Muitos questionamentos ainda carecem de esclarecimentos que ajudarão a dar novos rumos ao controle e quem sabe à erradicação da malária no planeta. E alguns destes abaixo relacionados, ainda estão por serem desvendados ou melhor esclarecidos.
• Que estruturas moleculares dos plasmódios participam ou são responsáveis pelos mecanismos de resistência às drogas antimaláricas?
• Que mecanismos e estruturas comandam a formação e a diferenciação de gametócitos e merozoítos sangüíneos nas hemácias parasitadas do homem doente?
• Por que somente 4 espécies de Plasmodium conseguem causar malária humana?

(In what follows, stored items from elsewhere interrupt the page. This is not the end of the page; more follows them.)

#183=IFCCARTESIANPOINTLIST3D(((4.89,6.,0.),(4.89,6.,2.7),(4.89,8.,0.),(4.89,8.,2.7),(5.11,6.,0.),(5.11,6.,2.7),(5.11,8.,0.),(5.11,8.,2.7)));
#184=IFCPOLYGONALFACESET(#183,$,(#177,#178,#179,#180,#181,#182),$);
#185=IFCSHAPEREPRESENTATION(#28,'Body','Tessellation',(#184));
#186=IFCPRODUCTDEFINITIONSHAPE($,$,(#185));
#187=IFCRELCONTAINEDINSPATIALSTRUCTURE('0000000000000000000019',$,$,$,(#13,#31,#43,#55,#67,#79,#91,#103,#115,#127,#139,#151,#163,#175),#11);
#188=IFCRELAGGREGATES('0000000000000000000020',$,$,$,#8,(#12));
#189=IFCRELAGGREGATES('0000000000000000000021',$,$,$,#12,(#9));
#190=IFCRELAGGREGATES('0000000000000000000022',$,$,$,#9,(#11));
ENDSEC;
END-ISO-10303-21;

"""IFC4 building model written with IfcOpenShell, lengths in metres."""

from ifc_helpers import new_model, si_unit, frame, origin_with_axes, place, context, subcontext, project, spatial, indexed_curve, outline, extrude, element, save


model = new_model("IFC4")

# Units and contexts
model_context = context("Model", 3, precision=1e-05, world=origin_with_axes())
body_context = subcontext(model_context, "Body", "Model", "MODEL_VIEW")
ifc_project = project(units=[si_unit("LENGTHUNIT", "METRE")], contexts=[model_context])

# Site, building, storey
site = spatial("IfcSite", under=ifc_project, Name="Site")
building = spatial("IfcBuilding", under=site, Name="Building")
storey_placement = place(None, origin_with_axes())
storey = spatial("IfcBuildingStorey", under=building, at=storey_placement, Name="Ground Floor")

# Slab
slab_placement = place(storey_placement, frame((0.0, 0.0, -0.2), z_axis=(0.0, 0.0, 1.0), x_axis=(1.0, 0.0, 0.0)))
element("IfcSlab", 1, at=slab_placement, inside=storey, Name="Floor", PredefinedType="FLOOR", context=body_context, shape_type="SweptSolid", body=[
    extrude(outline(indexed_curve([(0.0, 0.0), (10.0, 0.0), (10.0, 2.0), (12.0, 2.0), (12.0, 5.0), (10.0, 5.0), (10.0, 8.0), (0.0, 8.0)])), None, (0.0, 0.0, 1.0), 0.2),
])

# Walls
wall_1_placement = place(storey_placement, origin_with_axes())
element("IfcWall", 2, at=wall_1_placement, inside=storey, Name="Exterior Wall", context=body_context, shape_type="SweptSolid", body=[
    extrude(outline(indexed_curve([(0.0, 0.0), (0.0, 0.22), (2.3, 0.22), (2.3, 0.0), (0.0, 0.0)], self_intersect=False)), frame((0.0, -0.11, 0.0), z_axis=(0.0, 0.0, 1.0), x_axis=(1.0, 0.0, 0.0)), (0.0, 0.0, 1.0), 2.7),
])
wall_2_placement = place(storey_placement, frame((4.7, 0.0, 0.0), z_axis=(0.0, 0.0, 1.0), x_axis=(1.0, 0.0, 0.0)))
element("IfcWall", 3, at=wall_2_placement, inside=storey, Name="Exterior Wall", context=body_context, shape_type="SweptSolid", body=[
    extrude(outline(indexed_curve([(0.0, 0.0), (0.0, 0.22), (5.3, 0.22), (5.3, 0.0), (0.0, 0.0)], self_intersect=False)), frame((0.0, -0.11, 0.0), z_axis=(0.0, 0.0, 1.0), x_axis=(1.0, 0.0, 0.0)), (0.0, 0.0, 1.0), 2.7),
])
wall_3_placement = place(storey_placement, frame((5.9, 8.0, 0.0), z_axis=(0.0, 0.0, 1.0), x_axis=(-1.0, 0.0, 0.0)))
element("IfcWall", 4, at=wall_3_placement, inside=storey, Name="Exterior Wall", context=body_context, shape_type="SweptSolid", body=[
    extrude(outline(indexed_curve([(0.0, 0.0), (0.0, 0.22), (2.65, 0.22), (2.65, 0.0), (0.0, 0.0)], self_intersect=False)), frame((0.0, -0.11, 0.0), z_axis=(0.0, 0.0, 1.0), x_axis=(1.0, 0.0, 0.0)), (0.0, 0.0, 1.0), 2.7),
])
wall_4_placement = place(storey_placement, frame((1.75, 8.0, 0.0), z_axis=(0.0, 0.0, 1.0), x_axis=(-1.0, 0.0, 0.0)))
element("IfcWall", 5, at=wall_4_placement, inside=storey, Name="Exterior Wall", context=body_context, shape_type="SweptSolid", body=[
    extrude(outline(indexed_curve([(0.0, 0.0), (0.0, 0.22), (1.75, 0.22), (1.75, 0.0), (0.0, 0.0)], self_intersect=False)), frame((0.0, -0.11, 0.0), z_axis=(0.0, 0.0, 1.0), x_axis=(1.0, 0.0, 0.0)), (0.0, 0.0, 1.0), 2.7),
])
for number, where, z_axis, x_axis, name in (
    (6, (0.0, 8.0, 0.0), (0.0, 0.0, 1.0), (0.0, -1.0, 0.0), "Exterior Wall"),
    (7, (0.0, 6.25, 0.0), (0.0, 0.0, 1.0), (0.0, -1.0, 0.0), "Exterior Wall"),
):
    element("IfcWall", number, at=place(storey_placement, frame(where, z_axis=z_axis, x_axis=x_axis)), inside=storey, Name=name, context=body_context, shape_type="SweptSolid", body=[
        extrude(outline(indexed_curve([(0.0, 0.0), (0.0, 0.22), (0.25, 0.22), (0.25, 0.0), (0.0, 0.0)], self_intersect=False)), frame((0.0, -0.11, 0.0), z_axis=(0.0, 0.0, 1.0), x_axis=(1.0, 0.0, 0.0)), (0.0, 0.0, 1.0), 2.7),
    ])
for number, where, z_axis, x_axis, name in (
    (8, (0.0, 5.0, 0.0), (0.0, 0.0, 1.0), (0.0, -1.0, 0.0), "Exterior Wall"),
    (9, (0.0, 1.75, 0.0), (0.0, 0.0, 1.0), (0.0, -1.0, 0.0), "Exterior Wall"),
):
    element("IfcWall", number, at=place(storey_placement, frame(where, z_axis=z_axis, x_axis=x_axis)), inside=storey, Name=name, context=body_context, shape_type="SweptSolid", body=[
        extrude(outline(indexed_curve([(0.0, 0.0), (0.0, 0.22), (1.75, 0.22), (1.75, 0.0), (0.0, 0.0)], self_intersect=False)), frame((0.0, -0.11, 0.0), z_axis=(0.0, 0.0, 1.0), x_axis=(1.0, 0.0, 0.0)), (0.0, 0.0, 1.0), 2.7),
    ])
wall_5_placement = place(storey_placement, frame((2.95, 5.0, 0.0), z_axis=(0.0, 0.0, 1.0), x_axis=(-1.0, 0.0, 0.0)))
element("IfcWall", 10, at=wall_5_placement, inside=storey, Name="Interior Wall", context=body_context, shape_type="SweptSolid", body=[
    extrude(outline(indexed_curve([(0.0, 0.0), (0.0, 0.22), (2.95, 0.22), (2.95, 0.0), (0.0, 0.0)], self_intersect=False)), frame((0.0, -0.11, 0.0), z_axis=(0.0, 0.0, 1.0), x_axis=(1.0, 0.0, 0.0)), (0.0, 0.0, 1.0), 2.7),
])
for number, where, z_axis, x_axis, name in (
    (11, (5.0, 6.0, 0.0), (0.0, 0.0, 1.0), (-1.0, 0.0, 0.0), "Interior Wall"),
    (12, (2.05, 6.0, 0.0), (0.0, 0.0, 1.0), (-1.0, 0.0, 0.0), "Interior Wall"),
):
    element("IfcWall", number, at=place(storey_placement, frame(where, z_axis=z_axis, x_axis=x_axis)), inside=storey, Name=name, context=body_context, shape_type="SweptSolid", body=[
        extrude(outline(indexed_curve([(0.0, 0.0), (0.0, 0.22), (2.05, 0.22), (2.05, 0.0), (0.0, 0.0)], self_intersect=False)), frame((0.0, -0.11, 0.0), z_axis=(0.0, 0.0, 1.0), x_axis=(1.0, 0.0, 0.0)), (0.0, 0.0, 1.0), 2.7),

• Por que o P. falciparum se multiplica com uma velocidade incrivelmente maior que os outros plasmódios humanos e porque somente os esquizontes destes se fixam na parede interna dos vasos sangüíneos?
• Por que o Plasmodium cumpre tantas etapas de evolução no homem e se transforma a cada etapa em uma nova forma plasmodial para desenvolver a doença?
• Por que o P. ovale ficou restrito a uma região da África Oriental e não se espalhou pelo mundo como o vivax e o falciparum e o malariae?
• Por que o fígado humano foi eleito pelo Plasmodium para desenvolver a esquizogonia primária e as hemácias a esquizogonia secundária?
• Em que exato momento a malária deixa de ser infecção para se tornar doença?
• Por que das mais de 360 espécies de mosquitos do gênero Anopheles, apenas cerca de 54 destas conseguem se infectar com o Plasmodium e transmitir a malária?
• Por que somente a população geneticamente negra tem uma proteção extra contra o P. vivax?
• Que mecanismos fantásticos de proteção possuem os mosquitos do gênero Anopheles para suportar imensas cargas parasitárias estranhas ao seu organismo, terem seus estômagos e glândulas salivares perfuradas e cicatrizadas múltiplas vezes, realizar o esgotamento parasitário naturalmente, conseguirem se reinfectar e ainda sobreviver frente a um protozoário tão letal para o homem?
• Que proporção de esporozoítos é necessária ser injetada pelo mosquito para romper a barreira imunológica no homem e desenvolver a doença?
Com a palavra a ciência, a pesquisa, o conhecimento e a inteligência humana.
*Dr. Wanir José Barroso
é Farmacêutico-bioquímico, sanitarista, especialista em epidemiologia e controle de endemias pela Fiocruz/RJ.